WHAT THE TASK REQUIRES → Gather every line below where "FLOOR" appears.

INPUT →
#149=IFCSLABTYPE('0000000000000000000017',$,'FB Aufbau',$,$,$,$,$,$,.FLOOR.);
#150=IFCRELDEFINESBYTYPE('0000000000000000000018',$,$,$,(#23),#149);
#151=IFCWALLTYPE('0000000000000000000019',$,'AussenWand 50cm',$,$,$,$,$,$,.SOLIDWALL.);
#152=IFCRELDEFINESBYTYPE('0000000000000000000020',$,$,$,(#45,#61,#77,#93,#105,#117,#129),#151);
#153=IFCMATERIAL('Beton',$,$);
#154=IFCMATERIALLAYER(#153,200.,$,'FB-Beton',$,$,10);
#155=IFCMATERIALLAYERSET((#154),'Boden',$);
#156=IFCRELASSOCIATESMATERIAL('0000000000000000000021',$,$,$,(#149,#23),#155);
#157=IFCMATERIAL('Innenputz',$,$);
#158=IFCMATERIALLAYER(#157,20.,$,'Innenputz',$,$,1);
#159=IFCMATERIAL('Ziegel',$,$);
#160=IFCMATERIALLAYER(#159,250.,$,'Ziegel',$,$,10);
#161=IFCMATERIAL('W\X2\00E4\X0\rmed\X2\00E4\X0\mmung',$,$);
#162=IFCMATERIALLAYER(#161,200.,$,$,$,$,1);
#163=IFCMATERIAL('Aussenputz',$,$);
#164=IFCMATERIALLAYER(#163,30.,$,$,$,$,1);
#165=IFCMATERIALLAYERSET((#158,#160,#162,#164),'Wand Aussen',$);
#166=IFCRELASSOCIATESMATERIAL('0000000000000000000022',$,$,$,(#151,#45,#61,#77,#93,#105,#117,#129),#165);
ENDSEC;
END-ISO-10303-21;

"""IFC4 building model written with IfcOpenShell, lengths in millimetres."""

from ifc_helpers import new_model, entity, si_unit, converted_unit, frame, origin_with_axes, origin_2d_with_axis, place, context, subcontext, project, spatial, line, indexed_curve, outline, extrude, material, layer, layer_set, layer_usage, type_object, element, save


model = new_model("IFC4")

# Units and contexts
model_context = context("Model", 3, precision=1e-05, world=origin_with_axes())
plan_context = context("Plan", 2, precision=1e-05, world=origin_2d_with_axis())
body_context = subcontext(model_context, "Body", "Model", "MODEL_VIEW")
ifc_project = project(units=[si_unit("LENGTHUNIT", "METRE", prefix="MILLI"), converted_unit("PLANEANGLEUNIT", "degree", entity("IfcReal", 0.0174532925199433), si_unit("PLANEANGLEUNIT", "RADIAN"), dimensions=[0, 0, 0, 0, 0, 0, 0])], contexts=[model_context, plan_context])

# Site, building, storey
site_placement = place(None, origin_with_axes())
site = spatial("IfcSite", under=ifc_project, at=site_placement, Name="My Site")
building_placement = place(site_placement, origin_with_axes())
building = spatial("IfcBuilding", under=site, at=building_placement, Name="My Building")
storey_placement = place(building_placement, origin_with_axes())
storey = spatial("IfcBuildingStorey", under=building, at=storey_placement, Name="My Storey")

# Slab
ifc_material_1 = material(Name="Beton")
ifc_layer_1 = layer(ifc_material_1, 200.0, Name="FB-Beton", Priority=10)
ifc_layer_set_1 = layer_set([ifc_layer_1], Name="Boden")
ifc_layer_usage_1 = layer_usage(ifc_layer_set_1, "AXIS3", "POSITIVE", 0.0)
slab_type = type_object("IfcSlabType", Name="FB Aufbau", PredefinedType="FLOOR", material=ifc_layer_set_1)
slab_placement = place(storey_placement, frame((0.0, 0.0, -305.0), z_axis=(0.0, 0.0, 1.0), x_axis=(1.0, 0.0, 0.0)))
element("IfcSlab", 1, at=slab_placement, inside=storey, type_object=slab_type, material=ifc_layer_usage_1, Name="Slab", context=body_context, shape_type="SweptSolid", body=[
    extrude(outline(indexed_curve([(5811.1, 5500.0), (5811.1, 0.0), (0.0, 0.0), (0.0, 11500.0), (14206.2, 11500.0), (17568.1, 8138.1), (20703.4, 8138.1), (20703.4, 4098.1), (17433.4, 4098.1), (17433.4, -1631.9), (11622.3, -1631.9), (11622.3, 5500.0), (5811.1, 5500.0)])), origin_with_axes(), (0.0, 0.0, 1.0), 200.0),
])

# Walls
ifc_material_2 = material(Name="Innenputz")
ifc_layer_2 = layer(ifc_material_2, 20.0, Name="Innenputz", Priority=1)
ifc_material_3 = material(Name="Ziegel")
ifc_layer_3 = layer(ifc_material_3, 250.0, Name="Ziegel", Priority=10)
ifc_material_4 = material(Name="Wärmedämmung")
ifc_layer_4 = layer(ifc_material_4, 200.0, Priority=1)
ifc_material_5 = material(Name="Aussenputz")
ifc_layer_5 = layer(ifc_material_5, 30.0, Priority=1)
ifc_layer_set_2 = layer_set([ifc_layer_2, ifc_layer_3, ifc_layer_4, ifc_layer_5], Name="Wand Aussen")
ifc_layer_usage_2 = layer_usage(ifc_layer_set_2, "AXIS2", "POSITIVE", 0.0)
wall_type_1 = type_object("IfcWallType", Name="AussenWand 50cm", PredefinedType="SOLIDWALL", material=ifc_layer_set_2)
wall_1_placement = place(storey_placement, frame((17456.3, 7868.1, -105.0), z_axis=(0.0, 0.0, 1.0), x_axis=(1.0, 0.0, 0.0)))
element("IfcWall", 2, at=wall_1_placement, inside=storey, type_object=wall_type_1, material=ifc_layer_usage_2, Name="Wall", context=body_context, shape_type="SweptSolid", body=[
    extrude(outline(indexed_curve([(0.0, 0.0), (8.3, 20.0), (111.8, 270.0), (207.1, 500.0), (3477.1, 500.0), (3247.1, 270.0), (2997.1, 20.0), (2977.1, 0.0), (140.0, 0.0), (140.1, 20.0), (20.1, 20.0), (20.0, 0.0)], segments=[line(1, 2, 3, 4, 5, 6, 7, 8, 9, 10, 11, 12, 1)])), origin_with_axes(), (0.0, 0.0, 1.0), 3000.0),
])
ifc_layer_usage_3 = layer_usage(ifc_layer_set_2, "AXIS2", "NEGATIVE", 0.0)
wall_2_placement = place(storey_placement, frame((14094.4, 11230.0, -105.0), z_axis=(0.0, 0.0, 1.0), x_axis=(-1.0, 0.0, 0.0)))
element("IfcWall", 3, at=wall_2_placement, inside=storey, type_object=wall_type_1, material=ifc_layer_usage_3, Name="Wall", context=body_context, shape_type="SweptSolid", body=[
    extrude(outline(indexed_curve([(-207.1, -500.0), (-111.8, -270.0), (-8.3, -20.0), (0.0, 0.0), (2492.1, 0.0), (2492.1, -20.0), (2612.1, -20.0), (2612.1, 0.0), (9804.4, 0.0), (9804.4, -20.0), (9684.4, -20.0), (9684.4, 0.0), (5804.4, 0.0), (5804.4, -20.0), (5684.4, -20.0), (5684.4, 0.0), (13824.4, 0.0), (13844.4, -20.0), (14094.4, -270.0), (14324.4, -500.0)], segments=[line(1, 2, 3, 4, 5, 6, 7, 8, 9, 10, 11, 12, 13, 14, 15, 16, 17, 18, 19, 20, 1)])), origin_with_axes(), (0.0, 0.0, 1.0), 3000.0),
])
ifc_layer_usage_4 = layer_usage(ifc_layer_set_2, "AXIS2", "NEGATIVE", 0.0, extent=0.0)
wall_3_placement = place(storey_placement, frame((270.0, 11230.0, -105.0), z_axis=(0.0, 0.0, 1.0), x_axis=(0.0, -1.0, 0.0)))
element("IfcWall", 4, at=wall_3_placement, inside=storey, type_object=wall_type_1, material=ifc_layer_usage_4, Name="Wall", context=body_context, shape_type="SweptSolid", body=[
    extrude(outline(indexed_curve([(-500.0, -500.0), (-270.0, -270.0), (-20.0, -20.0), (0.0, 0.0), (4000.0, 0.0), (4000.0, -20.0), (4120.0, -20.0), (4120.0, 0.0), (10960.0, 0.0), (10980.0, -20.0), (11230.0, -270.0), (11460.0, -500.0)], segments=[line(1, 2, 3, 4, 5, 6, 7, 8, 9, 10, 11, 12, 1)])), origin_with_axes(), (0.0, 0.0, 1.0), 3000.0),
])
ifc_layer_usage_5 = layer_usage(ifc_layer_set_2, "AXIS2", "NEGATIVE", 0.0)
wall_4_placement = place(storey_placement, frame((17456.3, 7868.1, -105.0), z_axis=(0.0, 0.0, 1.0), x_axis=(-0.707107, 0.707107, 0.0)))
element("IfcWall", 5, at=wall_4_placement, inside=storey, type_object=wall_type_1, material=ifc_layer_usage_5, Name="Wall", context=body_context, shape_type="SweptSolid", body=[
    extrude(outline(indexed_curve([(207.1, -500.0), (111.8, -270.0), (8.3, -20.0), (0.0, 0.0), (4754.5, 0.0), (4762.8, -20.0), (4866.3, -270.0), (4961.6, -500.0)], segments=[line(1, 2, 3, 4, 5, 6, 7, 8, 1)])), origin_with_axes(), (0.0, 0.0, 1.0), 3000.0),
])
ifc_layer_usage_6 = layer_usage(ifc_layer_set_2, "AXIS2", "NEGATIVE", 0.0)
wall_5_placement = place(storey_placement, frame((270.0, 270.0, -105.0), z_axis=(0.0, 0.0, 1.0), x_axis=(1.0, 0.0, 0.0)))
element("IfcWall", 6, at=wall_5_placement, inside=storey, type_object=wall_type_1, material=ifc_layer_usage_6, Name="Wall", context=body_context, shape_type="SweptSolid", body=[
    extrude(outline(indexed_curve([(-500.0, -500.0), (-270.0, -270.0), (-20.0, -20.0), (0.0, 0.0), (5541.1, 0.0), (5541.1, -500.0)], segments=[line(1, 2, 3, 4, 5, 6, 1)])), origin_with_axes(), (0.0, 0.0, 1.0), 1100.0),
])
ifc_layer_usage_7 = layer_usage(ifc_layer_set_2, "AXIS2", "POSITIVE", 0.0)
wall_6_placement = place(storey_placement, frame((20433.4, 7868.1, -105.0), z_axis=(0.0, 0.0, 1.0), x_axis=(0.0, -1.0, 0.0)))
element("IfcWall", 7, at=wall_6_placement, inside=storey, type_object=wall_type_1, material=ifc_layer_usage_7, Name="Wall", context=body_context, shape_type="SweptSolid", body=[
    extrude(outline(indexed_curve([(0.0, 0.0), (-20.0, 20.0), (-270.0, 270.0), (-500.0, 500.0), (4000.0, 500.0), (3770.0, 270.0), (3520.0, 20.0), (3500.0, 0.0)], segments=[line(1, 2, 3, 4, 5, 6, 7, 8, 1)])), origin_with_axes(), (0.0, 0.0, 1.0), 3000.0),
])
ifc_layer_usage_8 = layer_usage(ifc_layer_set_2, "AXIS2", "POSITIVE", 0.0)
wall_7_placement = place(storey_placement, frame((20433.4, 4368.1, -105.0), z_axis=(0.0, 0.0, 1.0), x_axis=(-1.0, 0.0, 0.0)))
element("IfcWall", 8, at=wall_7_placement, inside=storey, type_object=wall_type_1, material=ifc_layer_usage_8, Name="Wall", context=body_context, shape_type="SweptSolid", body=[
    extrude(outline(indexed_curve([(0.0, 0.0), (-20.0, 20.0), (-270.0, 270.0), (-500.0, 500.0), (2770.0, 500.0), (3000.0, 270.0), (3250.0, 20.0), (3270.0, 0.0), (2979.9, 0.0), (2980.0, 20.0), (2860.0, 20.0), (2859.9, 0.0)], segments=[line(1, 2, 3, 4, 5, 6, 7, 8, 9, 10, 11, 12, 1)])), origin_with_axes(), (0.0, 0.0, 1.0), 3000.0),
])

EXERCISE OUTPUT →
#149=IFCSLABTYPE('0000000000000000000017',$,'FB Aufbau',$,$,$,$,$,$,.FLOOR.);
slab_type = type_object("IfcSlabType", Name="FB Aufbau", PredefinedType="FLOOR", material=ifc_layer_set_1)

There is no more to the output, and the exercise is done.